Sorry, you mis-understood me. Enable the DOS (Denial of Service) packet filters on your router (if they have them) to >prevent< malformed packets from locking up your router, not suggesting they were the cause.
Also, I would be wary about testing via direct cross-over cable between 2 NIC's as I've seen this cause issues, depending on the NIC. it's better to connect both devices to a switch and use port mirroring to sniff packets.
(sorry to ressurect this thread, but it seemed betterto continue this than to start a new one on the same topic).
I just wanted to add this experience if it is useful in some way:
scenarios:
* NP2 on 4.2.2.1, official firmware
* my NP2 makes an outbound connection to a server and maintains it for some time
* if the server process is taken down (e.g. for maintenance), the netduinos hang
* if the netduino is cycled, and the server process is not yet back up, the neduinos hang
* if the server process is restored, the netduinos do not magically unhang
* if server process is restored, and netduino power cycled, nohang (expected)

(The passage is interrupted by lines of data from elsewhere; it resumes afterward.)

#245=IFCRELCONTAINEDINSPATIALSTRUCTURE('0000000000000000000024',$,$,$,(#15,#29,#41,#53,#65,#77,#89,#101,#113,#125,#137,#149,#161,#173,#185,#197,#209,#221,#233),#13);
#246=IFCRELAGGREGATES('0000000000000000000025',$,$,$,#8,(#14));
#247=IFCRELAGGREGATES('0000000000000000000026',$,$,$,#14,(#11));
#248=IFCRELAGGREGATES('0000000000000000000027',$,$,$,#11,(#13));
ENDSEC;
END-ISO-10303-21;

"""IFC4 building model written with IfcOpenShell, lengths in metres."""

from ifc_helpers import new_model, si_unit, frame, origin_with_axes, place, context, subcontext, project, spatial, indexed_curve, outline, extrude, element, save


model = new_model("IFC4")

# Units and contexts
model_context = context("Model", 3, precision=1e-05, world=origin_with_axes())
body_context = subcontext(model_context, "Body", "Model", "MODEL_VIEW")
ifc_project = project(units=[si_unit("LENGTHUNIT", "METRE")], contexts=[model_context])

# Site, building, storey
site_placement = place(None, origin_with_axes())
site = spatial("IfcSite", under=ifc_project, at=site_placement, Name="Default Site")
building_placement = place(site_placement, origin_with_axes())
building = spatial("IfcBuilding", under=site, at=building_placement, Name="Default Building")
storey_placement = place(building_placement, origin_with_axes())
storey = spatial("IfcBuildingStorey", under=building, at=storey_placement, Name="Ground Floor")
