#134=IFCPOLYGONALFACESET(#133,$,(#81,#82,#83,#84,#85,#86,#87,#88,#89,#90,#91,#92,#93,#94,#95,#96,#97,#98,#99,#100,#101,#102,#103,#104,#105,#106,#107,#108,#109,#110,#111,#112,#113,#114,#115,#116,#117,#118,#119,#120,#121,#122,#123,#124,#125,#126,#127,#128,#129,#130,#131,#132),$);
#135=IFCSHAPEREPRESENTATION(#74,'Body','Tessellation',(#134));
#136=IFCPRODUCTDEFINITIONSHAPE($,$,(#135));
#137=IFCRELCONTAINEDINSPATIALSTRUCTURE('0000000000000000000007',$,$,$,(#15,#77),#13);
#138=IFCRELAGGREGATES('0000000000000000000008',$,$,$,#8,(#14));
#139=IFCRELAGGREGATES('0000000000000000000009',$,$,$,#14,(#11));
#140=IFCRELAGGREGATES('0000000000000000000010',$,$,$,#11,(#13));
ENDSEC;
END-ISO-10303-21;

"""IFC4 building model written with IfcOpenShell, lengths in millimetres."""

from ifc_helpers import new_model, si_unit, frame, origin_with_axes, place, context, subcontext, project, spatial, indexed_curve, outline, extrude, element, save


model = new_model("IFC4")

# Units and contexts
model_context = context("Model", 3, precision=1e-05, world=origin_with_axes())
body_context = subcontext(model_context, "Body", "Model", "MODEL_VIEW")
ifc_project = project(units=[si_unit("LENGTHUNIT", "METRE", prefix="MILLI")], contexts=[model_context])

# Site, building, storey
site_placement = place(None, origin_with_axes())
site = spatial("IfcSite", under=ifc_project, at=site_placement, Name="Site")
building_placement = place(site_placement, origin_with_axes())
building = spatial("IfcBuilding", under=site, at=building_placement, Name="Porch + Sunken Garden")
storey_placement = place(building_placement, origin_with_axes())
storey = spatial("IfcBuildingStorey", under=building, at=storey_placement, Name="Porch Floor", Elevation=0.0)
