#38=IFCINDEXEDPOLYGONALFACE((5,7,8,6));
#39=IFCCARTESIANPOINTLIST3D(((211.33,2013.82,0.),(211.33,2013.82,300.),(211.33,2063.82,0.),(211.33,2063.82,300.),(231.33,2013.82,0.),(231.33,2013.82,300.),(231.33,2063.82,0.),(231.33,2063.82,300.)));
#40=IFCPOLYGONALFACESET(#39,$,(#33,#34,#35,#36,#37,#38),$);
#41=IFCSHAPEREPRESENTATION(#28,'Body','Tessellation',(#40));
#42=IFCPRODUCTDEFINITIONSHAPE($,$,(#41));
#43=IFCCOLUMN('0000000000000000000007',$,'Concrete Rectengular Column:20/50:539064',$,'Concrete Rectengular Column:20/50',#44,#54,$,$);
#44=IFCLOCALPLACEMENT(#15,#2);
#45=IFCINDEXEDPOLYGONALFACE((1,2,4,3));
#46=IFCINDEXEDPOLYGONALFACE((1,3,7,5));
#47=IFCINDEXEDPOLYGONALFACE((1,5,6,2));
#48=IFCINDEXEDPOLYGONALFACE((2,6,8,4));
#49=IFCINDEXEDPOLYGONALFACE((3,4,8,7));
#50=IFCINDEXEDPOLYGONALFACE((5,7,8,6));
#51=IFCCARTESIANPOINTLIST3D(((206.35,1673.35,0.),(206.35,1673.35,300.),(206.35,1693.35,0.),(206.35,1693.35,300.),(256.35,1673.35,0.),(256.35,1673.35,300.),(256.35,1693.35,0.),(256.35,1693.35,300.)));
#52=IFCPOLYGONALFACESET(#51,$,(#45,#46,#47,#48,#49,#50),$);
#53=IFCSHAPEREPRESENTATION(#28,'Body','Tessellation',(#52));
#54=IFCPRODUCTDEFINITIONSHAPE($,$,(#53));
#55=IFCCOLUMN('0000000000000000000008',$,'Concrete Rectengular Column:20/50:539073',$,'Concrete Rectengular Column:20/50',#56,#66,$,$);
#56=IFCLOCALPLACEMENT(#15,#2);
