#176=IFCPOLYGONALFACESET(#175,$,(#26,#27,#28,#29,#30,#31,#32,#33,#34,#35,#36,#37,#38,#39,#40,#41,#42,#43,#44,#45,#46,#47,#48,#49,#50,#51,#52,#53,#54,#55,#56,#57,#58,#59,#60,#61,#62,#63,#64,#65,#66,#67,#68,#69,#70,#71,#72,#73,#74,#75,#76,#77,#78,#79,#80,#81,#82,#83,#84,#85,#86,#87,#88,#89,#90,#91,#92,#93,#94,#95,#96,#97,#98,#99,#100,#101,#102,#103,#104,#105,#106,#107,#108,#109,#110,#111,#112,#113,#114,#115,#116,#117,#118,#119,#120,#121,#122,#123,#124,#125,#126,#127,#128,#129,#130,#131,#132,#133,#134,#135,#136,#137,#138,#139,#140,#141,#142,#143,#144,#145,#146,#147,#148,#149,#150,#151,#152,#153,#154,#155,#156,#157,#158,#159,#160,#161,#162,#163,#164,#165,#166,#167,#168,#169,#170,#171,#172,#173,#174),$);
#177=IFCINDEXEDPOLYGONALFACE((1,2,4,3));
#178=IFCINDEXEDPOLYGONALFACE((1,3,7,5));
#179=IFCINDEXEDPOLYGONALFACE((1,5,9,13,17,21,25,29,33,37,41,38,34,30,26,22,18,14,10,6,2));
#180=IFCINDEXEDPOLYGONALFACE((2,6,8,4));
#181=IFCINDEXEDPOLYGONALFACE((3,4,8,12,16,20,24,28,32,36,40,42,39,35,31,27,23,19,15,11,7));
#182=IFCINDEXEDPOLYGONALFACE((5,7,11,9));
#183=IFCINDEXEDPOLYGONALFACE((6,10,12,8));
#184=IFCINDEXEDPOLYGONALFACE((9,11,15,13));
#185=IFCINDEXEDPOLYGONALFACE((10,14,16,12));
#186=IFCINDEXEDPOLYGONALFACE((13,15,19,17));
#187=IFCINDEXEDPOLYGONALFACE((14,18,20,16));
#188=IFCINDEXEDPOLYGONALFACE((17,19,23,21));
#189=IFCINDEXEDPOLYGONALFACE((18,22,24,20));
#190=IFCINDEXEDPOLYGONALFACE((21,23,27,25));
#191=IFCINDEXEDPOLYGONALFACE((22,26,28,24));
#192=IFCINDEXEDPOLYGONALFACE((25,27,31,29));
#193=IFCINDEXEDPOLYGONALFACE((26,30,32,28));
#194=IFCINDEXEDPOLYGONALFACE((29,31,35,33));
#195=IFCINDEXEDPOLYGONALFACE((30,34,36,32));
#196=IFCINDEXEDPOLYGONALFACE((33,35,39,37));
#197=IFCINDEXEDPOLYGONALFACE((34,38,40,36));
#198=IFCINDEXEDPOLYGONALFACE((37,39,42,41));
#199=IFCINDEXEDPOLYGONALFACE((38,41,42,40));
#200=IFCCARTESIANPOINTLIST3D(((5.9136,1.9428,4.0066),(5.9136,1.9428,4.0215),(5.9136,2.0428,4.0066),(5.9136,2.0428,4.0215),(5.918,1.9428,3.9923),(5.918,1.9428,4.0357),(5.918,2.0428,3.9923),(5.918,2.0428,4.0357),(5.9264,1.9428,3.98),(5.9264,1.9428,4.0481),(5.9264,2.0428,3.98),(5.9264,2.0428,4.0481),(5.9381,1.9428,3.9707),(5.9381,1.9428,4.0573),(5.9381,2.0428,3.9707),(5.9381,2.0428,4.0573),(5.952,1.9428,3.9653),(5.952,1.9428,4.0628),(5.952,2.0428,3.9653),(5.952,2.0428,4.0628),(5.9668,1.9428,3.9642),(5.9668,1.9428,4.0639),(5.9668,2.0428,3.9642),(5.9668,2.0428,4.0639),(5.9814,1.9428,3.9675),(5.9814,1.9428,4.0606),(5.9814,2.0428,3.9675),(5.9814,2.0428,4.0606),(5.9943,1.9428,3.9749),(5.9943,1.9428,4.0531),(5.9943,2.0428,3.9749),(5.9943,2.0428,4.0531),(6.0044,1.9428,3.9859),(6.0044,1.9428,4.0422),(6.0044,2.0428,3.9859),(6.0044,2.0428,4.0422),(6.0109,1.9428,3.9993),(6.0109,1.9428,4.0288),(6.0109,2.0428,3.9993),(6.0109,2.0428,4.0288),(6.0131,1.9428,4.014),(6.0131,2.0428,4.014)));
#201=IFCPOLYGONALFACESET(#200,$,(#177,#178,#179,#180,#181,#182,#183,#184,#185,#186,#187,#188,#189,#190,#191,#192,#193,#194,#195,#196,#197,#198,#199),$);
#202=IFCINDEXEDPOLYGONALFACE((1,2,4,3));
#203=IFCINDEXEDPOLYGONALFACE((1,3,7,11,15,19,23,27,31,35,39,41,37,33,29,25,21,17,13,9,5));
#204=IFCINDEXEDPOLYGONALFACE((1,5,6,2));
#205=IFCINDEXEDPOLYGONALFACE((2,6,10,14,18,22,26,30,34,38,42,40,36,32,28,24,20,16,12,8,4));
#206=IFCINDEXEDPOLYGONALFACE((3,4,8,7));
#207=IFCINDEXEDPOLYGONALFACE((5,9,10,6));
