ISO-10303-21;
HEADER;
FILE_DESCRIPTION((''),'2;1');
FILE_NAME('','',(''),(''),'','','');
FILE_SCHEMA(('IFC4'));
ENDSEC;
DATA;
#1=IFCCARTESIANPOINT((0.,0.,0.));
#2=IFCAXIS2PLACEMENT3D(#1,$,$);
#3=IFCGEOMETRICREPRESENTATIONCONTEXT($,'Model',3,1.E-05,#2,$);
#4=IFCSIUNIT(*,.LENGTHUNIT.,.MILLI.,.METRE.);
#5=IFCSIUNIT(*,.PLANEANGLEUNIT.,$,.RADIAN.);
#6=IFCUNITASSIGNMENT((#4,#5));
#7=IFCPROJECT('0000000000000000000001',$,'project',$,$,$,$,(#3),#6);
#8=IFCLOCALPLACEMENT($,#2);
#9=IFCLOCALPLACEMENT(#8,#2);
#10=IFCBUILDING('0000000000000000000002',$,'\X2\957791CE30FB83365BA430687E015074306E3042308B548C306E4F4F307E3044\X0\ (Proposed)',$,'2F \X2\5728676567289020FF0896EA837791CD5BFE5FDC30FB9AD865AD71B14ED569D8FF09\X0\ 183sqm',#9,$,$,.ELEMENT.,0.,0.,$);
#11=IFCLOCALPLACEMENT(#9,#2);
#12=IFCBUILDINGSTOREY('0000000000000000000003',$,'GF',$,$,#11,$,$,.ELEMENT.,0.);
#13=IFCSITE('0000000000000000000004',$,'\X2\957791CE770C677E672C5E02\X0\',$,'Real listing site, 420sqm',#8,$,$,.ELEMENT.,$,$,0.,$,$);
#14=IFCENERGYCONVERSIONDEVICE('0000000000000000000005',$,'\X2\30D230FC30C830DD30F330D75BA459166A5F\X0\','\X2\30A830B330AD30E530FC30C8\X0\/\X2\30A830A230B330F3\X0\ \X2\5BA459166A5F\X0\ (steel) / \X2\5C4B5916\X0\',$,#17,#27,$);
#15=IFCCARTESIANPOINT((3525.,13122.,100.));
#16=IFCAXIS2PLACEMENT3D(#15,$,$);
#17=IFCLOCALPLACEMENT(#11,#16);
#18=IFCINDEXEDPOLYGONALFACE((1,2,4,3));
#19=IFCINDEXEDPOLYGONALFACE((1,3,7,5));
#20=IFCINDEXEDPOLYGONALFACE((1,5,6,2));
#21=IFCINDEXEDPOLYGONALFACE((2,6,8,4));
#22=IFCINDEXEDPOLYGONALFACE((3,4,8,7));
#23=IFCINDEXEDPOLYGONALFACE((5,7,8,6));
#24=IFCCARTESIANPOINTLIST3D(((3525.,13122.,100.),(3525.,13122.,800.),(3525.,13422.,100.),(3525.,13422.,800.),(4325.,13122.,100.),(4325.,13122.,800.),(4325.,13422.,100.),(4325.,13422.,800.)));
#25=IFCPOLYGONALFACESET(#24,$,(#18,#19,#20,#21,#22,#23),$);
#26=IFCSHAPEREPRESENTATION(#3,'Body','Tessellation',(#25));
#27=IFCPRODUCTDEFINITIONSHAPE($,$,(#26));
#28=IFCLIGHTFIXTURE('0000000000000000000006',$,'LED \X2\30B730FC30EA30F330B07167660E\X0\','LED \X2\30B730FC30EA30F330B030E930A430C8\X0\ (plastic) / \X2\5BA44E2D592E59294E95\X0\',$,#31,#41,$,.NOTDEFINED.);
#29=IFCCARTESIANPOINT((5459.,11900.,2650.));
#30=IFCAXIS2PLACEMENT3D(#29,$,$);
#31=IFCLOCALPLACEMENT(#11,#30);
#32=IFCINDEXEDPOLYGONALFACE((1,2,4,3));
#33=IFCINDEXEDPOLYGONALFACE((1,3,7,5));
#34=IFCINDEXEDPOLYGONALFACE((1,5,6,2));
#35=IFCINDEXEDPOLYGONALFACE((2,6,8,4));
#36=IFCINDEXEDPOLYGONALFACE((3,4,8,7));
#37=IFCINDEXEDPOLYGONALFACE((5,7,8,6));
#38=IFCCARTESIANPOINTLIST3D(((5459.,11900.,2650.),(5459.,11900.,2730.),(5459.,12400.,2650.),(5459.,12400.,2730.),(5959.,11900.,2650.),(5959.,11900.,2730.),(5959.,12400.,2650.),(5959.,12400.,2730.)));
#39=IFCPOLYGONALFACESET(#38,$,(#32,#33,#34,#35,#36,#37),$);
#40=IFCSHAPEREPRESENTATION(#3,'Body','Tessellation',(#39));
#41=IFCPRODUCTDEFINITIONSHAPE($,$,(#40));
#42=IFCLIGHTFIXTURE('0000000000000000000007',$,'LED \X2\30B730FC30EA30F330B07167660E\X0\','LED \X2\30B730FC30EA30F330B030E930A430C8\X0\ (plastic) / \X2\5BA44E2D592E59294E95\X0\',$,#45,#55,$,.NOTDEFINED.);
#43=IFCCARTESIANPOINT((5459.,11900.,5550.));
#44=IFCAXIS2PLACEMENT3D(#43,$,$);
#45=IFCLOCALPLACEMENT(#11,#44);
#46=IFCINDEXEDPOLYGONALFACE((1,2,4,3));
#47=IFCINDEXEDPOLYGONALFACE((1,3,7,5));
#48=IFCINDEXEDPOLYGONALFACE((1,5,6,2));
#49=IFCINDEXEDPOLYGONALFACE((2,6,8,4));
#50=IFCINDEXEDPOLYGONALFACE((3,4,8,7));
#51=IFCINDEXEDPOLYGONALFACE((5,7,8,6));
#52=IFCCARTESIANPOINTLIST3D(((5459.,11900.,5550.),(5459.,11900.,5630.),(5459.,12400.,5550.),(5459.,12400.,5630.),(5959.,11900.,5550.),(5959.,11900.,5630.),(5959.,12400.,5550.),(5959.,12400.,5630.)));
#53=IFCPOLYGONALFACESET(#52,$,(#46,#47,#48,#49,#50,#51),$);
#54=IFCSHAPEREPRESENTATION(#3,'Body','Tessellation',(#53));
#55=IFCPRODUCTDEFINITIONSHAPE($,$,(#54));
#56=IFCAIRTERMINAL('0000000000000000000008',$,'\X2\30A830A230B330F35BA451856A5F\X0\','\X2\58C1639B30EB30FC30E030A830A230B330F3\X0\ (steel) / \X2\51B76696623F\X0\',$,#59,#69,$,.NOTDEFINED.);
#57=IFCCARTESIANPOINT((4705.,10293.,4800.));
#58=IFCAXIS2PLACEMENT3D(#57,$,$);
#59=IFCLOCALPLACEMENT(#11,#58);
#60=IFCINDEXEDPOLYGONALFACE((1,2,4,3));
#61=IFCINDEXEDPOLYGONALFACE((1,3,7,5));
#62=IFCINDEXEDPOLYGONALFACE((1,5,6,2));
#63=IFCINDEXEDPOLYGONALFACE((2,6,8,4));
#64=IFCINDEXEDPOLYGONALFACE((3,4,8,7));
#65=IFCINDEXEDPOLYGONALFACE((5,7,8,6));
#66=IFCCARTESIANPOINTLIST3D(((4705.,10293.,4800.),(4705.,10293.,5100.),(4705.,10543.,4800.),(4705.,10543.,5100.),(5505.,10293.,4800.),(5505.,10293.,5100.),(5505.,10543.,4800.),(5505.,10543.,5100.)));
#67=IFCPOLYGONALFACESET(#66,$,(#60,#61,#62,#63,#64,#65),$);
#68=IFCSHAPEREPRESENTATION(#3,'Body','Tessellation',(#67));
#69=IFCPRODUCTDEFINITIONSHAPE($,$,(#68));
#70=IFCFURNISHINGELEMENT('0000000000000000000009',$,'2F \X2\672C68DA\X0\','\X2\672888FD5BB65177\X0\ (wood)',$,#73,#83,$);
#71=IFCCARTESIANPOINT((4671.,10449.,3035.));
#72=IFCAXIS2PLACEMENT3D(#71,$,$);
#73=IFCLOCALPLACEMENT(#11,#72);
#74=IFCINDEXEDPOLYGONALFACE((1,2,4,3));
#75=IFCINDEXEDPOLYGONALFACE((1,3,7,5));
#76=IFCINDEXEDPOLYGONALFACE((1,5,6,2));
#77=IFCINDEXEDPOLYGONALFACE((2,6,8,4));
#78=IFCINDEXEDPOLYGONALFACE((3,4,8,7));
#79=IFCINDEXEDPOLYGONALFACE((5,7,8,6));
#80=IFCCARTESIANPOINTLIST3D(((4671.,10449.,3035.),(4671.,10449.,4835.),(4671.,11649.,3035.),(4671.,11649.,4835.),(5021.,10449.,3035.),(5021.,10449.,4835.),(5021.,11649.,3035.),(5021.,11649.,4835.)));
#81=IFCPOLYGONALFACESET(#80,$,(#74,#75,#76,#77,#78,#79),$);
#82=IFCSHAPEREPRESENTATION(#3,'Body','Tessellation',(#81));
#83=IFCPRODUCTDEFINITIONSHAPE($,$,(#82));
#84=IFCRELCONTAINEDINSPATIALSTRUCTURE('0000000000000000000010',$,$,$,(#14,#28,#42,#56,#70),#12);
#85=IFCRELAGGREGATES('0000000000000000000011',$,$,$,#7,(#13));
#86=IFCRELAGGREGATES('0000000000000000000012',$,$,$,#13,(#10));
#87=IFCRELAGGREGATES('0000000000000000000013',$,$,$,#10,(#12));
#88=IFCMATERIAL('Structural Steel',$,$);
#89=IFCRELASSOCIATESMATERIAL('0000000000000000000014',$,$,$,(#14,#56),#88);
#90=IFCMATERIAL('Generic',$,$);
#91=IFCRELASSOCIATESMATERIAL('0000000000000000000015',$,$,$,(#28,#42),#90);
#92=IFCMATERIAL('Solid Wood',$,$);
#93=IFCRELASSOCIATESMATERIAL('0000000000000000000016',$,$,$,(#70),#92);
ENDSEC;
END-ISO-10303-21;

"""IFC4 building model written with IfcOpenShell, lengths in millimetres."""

from ifc_helpers import new_model, si_unit, frame, frame_2d, origin, place, context, project, spatial, rectangle, extrude, material, element, save


model = new_model("IFC4")

# Units and contexts
model_context = context("Model", 3, precision=1e-05, world=origin())
ifc_project = project(units=[si_unit("LENGTHUNIT", "METRE", prefix="MILLI"), si_unit("PLANEANGLEUNIT", "RADIAN")], contexts=[model_context])

# Site, building, storey
site_placement = place(None, origin())
site = spatial("IfcSite", under=ifc_project, at=site_placement, Name="長野県松本市", ObjectType="Real listing site, 420sqm", CompositionType="ELEMENT", RefElevation=0.0)
building_placement = place(site_placement, origin())
building = spatial("IfcBuilding", under=site, at=building_placement, Name="長野・茶室と縁側のある和の住まい (Proposed)", ObjectType="2F 在来木造（雪荷重対応・高断熱仕様） 183sqm", CompositionType="ELEMENT", ElevationOfRefHeight=0.0, ElevationOfTerrain=0.0)
storey_placement = place(building_placement, origin())
storey = spatial("IfcBuildingStorey", under=building, at=storey_placement, Name="GF", CompositionType="ELEMENT", Elevation=0.0)

# Shared definitions
ifc_material_1 = material(Name="Solid Wood")

# Shared definitions
ifc_material_2 = material(Name="Structural Steel")

# Shared definitions
ifc_material_3 = material(Name="Generic")

# Energy conversion device
energy_conversion_device_placement = place(storey_placement, frame((3525.0, 13122.0, 100.0)))
element("IfcEnergyConversionDevice", 1, at=energy_conversion_device_placement, inside=storey, material=ifc_material_2, Name="ヒートポンプ室外機", Description="エコキュート/エアコン 室外機 (steel) / 屋外", context=model_context, shape_type="SweptSolid", body=[
    extrude(rectangle(XDim=800.0, YDim=300.0, at=frame_2d((400.0, 150.0))), frame((3525.0, 13122.0, 100.0)), (0.0, 0.0, 1.0), 700.0),
])

# Light fixtures
light_fixture_1_placement = place(storey_placement, frame((5459.0, 11900.0, 2650.0)))
element("IfcLightFixture", 2, at=light_fixture_1_placement, inside=storey, material=ifc_material_3, Name="LED シーリング照明", Description="LED シーリングライト (plastic) / 室中央天井", PredefinedType="NOTDEFINED", context=model_context, shape_type="SweptSolid", body=[
    extrude(rectangle(XDim=500.0, YDim=500.0, at=frame_2d((250.0, 250.0))), frame((5459.0, 11900.0, 2650.0)), (0.0, 0.0, 1.0), 80.0),
])
light_fixture_2_placement = place(storey_placement, frame((5459.0, 11900.0, 5550.0)))
element("IfcLightFixture", 3, at=light_fixture_2_placement, inside=storey, material=ifc_material_3, Name="LED シーリング照明", Description="LED シーリングライト (plastic) / 室中央天井", PredefinedType="NOTDEFINED", context=model_context, shape_type="SweptSolid", body=[
    extrude(rectangle(XDim=500.0, YDim=500.0, at=frame_2d((250.0, 250.0))), frame((5459.0, 11900.0, 5550.0)), (0.0, 0.0, 1.0), 80.0),
])

# Air terminal
air_terminal_placement = place(storey_placement, frame((4705.0, 10293.0, 4800.0)))
element("IfcAirTerminal", 4, at=air_terminal_placement, inside=storey, material=ifc_material_2, Name="エアコン室内機", Description="壁掛ルームエアコン (steel) / 冷暖房", PredefinedType="NOTDEFINED", context=model_context, shape_type="SweptSolid", body=[
    extrude(rectangle(XDim=800.0, YDim=250.0, at=frame_2d((400.0, 125.0))), frame((4705.0, 10293.0, 4800.0)), (0.0, 0.0, 1.0), 300.0),
])

# Furnishing element
furnishing_placement = place(storey_placement, frame((4671.0, 10449.0, 3035.0)))
element("IfcFurnishingElement", 5, at=furnishing_placement, inside=storey, material=ifc_material_1, Name="2F 本棚", Description="木製家具 (wood)", context=model_context, shape_type="SweptSolid", body=[
    extrude(rectangle(XDim=350.0, YDim=1200.0, at=frame_2d((175.0, 600.0))), frame((4671.0, 10449.0, 3035.0)), (0.0, 0.0, 1.0), 1800.0),
])

save(model, "model.ifc")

* I seem to be able to unplug and plug the ethernet cable and have correct behaviour, but I probably need to test that more thoroughly
some other things:
* when I kill the server process, the netduino detects this properly. I have a recovery loop that will backoff and attemp to restore the connection. (his same code works properly when run from the desktop, so I consider it to be implemented correctly)
* when it attempts to restore with Connect() to the (now not running) server process, this is when the 'hang' occurs
* my netduino application has several 'services' in it, amongst which is a diagnostic port over a COM port. When the netduino is in the failure mode, I can still interact over the diagnostic port. I can start and stop other services, but not the one that involves the ethernet. So the hang seems localized to the thread, rather than the whole board.
* I have a 'reboot' command, which does
PowerState.RebootDevice(true, 30000);
but this does not work. It's a 'soft' reboot, I haven't tried 'hard' yet. But it does not timeout and it does not reboot the board.
I came across this post while searching for 'watchdog' motivated by trying to cope with this issue, so hopefully we will get a watchdog in the firmware. But I can't wait for whenever so I'l probably have to implement an external one on my board. I think I still have an gpio pin free...
I have used endless hours getting my Netduino 2 plus to talk to cosm for more than 24-48 hours, it simply just hangs, and it happens in random places of the code.
Now i have tried to post the data to a local web server, and the Netduino has been stable for +7 days.
This, compared with the fact that only 10-25% of the packets i send to cosm actually gets there, or should i say gets logged in the cosm database, tells me that there is something wrong with cosm, or a combination of me being in europe and cosm being in the states.
The local web server logged the requests into a text file, not a single packet missed.
However a C# PC console application also posting to cosm, works exactly as expected, no datapoints missing, and the program ran for days before i terminated it.
I have no clue as to why, and no change of debugging with external debuggers, but to replicate one only needs a netduino 2 plus + a single DS18B20 sensor and my code, i will be happy to supply my code to SL.